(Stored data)
# # #
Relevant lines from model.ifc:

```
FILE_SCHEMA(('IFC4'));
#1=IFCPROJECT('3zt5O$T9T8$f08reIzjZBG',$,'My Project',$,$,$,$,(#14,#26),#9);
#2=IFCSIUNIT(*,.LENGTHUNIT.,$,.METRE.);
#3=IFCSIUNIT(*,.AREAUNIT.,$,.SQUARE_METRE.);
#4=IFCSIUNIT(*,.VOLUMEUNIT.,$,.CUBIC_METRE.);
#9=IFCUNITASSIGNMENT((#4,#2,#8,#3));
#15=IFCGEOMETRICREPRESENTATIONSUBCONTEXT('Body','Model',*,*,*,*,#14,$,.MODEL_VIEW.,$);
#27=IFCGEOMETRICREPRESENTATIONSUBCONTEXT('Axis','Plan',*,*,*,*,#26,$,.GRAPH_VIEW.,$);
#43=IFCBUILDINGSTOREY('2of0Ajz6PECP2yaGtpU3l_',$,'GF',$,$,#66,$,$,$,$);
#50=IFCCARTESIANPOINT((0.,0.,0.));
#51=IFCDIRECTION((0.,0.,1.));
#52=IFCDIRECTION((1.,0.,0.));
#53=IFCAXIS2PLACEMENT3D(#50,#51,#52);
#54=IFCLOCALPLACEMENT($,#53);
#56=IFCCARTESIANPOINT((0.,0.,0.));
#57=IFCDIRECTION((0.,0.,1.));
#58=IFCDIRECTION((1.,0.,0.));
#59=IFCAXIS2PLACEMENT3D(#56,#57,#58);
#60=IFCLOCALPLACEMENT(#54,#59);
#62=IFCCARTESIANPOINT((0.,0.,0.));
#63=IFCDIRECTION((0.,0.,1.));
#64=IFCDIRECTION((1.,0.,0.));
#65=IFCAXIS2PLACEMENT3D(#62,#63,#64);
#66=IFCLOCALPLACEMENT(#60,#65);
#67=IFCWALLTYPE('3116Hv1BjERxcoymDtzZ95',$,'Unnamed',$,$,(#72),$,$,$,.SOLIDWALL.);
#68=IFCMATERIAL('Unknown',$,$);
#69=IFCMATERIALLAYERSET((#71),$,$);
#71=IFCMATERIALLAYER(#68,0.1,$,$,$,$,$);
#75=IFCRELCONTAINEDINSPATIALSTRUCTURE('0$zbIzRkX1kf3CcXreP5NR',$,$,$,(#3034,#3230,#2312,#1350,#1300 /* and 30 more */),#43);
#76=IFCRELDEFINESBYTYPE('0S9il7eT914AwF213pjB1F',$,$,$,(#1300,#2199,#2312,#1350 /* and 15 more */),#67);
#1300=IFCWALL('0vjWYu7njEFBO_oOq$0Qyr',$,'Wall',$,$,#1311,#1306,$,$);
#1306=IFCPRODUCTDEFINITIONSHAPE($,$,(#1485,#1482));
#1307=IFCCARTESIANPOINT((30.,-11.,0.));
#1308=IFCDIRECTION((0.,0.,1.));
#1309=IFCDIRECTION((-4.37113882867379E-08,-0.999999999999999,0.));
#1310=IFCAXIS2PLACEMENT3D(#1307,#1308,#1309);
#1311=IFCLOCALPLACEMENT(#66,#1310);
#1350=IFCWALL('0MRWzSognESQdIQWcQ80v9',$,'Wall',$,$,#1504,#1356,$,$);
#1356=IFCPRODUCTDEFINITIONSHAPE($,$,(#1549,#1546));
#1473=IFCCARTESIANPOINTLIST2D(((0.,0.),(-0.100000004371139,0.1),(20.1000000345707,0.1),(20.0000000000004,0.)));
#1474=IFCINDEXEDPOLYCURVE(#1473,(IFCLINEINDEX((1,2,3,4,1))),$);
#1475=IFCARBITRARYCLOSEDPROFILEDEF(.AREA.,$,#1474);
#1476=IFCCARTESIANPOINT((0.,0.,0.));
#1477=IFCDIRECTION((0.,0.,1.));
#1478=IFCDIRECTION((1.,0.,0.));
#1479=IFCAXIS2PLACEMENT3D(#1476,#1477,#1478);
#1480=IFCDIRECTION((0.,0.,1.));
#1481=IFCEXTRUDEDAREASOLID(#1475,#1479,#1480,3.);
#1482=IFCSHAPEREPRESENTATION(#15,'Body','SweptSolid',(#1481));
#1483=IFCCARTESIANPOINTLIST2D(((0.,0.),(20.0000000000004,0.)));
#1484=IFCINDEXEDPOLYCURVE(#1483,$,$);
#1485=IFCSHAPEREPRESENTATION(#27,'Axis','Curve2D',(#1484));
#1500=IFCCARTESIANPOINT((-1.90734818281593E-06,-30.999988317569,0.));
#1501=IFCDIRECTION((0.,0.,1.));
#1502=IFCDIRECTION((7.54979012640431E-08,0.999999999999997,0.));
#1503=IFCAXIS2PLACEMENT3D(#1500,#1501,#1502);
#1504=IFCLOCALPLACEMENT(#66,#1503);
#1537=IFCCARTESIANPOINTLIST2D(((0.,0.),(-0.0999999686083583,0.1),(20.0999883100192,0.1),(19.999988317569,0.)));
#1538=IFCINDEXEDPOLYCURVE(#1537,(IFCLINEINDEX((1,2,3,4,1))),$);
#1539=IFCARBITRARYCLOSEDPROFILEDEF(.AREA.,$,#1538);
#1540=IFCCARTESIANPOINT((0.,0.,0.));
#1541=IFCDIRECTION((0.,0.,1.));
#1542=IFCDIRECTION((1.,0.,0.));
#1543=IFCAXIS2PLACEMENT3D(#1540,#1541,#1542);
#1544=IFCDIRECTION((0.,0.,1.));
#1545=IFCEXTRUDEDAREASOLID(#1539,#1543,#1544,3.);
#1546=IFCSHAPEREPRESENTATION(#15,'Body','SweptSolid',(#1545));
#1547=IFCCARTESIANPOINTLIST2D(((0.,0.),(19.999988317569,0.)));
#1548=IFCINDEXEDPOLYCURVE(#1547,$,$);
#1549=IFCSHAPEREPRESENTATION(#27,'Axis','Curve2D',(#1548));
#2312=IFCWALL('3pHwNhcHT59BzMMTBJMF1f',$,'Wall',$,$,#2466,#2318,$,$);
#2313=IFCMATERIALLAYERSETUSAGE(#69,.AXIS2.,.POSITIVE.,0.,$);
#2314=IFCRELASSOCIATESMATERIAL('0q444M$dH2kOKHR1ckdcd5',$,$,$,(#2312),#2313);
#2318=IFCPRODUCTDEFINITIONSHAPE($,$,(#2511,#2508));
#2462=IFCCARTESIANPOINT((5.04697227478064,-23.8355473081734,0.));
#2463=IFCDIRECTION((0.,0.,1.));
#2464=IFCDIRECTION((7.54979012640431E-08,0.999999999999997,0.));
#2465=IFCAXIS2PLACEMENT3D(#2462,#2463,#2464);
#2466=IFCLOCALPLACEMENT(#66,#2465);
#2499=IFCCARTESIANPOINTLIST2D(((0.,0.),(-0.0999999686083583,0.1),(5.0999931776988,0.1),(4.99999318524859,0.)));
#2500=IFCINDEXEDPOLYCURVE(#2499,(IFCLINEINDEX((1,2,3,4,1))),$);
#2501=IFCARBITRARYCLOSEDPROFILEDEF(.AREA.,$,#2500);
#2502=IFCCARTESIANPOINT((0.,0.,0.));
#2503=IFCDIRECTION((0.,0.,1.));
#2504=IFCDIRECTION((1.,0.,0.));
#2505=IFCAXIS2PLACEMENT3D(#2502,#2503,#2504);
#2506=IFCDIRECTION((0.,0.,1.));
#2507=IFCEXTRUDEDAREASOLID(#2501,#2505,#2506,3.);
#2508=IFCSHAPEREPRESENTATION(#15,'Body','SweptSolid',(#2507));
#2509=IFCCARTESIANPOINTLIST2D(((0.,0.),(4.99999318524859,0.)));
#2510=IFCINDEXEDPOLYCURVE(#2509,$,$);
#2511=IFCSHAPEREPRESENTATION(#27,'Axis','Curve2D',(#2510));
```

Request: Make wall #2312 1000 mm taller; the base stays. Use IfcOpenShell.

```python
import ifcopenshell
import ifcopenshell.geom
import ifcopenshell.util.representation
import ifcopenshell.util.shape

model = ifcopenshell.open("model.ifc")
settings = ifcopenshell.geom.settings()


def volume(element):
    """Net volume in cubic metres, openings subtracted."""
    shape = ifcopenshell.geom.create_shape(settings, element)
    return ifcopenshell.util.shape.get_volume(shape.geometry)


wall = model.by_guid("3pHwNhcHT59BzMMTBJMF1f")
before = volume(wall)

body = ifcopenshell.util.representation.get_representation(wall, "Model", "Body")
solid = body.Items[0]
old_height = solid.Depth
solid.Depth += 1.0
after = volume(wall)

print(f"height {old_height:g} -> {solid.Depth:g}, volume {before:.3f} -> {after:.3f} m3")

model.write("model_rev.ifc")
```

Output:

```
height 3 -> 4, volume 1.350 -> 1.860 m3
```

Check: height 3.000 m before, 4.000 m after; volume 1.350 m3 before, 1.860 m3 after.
# # #
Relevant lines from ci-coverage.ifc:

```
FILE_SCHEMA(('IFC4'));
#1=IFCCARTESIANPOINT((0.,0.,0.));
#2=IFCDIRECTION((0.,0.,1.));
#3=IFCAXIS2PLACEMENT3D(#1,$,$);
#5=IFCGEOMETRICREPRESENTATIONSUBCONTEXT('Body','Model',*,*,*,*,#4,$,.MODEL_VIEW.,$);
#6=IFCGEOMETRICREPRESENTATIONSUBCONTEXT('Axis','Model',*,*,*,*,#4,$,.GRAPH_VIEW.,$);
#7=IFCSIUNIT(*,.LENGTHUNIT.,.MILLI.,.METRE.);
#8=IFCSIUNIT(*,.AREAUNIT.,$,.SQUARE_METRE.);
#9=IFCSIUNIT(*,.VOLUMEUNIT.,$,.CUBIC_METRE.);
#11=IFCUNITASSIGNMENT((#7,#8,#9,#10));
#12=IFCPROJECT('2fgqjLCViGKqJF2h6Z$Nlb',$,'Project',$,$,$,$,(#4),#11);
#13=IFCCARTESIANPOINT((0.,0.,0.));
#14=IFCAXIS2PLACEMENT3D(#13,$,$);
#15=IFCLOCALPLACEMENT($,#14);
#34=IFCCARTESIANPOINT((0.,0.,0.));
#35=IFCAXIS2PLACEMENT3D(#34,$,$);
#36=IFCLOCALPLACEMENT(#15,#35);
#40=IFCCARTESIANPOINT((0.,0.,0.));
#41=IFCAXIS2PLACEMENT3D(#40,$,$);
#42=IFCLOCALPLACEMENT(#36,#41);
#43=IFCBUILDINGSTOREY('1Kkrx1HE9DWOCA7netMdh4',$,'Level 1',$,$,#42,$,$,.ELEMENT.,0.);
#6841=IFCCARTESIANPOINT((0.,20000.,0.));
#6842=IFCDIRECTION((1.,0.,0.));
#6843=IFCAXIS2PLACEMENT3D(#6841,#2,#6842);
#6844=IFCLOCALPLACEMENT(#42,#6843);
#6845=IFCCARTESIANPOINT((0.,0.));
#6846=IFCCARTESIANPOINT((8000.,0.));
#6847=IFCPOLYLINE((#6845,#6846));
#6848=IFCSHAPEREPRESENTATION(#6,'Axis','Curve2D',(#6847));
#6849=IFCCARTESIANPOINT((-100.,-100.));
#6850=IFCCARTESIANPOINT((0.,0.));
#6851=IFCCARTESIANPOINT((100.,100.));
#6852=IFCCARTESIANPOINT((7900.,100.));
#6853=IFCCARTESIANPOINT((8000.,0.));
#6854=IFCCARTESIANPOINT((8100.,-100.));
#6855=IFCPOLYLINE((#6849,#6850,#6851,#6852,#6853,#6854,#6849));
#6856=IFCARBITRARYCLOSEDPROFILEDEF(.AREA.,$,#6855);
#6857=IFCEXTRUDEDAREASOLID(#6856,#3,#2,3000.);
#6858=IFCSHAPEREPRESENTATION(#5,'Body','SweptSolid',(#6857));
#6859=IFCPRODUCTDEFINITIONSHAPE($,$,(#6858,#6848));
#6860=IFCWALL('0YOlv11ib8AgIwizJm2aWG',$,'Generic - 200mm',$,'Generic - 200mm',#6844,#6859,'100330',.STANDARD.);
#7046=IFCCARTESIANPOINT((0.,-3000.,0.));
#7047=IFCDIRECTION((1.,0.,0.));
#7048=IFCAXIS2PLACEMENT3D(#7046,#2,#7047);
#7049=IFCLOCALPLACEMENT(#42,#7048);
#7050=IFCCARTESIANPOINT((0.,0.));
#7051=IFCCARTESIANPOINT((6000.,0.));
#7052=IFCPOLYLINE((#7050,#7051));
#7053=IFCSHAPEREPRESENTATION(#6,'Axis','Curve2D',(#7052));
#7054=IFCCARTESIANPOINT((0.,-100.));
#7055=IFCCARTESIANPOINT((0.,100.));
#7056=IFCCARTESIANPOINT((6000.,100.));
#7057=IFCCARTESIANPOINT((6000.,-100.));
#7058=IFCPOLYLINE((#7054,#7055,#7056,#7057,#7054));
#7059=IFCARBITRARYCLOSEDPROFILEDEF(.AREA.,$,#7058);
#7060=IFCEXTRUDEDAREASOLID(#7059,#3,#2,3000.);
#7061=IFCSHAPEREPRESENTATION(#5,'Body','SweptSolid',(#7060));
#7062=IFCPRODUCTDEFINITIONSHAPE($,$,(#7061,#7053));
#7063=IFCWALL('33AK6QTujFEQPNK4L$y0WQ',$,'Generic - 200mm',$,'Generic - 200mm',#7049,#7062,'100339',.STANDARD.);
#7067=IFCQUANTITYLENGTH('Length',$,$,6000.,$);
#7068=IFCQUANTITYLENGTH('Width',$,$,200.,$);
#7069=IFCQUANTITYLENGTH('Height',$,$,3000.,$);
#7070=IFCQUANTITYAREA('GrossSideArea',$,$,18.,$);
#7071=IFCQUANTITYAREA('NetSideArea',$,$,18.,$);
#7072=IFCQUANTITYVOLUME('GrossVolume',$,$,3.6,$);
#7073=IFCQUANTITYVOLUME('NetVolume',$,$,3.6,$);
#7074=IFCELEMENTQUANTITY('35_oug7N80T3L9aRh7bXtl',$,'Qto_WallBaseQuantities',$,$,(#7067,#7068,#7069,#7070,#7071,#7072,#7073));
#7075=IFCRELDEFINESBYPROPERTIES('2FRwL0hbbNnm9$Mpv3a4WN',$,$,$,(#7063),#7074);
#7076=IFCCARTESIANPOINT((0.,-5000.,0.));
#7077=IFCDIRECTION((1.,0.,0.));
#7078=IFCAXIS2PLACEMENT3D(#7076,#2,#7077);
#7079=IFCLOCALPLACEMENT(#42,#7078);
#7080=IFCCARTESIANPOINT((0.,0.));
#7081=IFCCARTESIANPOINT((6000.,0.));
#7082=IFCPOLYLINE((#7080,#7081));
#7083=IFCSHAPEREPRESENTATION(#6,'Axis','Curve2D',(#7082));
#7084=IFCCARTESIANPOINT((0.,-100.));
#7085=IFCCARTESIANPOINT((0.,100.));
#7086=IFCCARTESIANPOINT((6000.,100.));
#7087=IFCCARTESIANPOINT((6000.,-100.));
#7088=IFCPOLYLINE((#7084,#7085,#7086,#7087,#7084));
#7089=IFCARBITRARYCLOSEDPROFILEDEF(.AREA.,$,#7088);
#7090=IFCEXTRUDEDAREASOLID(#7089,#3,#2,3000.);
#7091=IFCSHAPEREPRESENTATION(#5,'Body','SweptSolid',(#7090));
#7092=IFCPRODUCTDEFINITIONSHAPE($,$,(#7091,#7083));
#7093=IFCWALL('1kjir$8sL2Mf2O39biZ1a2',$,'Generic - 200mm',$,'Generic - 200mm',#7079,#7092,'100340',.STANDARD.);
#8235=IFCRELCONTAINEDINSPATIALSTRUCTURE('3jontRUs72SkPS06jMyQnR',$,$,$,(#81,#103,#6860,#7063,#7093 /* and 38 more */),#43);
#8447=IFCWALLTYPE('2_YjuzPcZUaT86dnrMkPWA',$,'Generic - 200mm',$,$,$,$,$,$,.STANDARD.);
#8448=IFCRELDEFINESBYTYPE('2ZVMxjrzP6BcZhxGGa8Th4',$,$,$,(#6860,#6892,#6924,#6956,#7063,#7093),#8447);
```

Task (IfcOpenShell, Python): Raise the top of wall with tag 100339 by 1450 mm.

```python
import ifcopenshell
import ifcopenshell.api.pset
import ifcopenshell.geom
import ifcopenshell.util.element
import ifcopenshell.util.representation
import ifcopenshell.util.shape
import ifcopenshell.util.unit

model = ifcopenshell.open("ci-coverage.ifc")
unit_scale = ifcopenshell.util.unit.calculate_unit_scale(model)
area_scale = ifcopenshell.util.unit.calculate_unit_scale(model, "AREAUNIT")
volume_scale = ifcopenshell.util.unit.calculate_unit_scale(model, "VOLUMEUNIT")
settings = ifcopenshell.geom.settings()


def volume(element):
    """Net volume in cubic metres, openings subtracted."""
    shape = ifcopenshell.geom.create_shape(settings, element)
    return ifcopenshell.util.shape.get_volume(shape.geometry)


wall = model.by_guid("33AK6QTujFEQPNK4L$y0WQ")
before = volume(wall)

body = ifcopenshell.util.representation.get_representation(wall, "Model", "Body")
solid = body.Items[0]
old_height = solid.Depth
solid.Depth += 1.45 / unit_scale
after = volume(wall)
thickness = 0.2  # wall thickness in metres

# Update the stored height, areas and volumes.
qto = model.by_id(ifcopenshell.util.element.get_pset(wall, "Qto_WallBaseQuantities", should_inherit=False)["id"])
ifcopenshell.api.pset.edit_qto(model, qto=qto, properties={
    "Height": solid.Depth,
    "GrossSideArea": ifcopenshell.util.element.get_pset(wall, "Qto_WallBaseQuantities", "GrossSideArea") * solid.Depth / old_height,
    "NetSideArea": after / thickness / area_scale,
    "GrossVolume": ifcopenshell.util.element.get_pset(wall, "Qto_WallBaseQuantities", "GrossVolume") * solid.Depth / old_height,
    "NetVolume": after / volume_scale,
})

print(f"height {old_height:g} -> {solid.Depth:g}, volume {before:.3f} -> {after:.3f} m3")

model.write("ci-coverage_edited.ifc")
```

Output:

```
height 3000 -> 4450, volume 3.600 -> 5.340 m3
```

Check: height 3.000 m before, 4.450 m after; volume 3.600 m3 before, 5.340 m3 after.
# # #
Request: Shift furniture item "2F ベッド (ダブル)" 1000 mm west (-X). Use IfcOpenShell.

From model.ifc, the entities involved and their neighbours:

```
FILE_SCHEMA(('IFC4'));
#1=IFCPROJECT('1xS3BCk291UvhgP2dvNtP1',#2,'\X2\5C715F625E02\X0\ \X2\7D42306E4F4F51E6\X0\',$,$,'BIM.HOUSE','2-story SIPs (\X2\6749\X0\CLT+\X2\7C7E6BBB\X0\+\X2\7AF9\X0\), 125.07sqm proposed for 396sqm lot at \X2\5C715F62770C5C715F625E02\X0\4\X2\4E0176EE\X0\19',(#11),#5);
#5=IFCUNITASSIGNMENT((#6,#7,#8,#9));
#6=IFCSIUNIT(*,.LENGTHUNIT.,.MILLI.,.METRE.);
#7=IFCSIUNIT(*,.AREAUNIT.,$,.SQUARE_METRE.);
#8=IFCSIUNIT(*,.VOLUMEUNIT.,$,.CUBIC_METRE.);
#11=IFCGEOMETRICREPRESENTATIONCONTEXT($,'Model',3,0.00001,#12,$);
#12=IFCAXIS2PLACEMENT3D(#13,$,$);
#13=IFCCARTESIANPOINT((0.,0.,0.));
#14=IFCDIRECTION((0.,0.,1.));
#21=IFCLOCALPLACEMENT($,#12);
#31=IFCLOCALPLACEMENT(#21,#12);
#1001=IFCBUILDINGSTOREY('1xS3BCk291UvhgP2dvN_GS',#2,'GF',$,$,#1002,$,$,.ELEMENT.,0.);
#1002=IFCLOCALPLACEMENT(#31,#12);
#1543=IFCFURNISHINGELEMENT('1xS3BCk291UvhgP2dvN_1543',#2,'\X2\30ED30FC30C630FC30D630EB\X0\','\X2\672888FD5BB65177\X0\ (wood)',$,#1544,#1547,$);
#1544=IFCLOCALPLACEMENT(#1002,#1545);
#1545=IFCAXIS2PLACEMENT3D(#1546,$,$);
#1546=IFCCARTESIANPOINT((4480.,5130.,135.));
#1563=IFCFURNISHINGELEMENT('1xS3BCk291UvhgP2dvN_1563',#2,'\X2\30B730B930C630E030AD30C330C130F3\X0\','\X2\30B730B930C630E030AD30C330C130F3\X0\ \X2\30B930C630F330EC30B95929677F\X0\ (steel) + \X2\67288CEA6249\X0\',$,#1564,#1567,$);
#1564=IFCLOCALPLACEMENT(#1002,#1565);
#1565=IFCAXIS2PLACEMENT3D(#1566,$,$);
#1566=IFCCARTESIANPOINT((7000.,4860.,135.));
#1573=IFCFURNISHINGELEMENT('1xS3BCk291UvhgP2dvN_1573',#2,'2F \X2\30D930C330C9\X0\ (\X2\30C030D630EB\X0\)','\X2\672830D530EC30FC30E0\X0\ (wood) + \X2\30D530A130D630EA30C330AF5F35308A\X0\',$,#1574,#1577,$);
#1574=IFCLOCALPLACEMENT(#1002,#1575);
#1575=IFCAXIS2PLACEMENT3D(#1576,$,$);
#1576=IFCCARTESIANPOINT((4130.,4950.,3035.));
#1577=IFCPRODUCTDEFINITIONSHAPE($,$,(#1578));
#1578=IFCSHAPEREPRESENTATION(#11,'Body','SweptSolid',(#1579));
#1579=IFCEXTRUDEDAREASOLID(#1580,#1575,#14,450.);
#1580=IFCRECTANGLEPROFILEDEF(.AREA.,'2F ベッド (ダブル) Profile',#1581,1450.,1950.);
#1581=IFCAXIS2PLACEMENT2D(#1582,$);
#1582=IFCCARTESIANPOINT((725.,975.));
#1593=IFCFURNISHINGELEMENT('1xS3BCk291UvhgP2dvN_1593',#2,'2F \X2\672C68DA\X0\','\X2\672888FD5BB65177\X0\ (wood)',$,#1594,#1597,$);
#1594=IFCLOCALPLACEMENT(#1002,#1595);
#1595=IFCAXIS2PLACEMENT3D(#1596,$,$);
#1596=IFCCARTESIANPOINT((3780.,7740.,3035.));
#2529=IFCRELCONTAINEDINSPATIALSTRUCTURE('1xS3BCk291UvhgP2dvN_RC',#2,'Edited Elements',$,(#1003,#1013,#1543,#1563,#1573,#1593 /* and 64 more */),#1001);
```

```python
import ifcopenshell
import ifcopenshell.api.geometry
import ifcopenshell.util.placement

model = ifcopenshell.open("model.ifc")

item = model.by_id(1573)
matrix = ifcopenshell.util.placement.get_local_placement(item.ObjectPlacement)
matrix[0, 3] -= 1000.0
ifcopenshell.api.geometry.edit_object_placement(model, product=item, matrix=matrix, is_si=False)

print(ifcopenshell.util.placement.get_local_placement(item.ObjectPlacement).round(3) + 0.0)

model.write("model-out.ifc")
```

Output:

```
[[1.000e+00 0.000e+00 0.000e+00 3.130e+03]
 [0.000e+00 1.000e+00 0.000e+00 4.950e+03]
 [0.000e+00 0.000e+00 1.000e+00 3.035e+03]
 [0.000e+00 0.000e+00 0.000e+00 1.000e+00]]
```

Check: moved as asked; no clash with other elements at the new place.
# # #
Exercise objective – Where in the records above does the word "IFCARBITRARYCLOSEDPROFILEDEF" appear? Copy each line that holds it.

Answer below –
#1475=IFCARBITRARYCLOSEDPROFILEDEF(.AREA.,$,#1474);
#1539=IFCARBITRARYCLOSEDPROFILEDEF(.AREA.,$,#1538);
#2501=IFCARBITRARYCLOSEDPROFILEDEF(.AREA.,$,#2500);
#6856=IFCARBITRARYCLOSEDPROFILEDEF(.AREA.,$,#6855);
#7059=IFCARBITRARYCLOSEDPROFILEDEF(.AREA.,$,#7058);
#7089=IFCARBITRARYCLOSEDPROFILEDEF(.AREA.,$,#7088);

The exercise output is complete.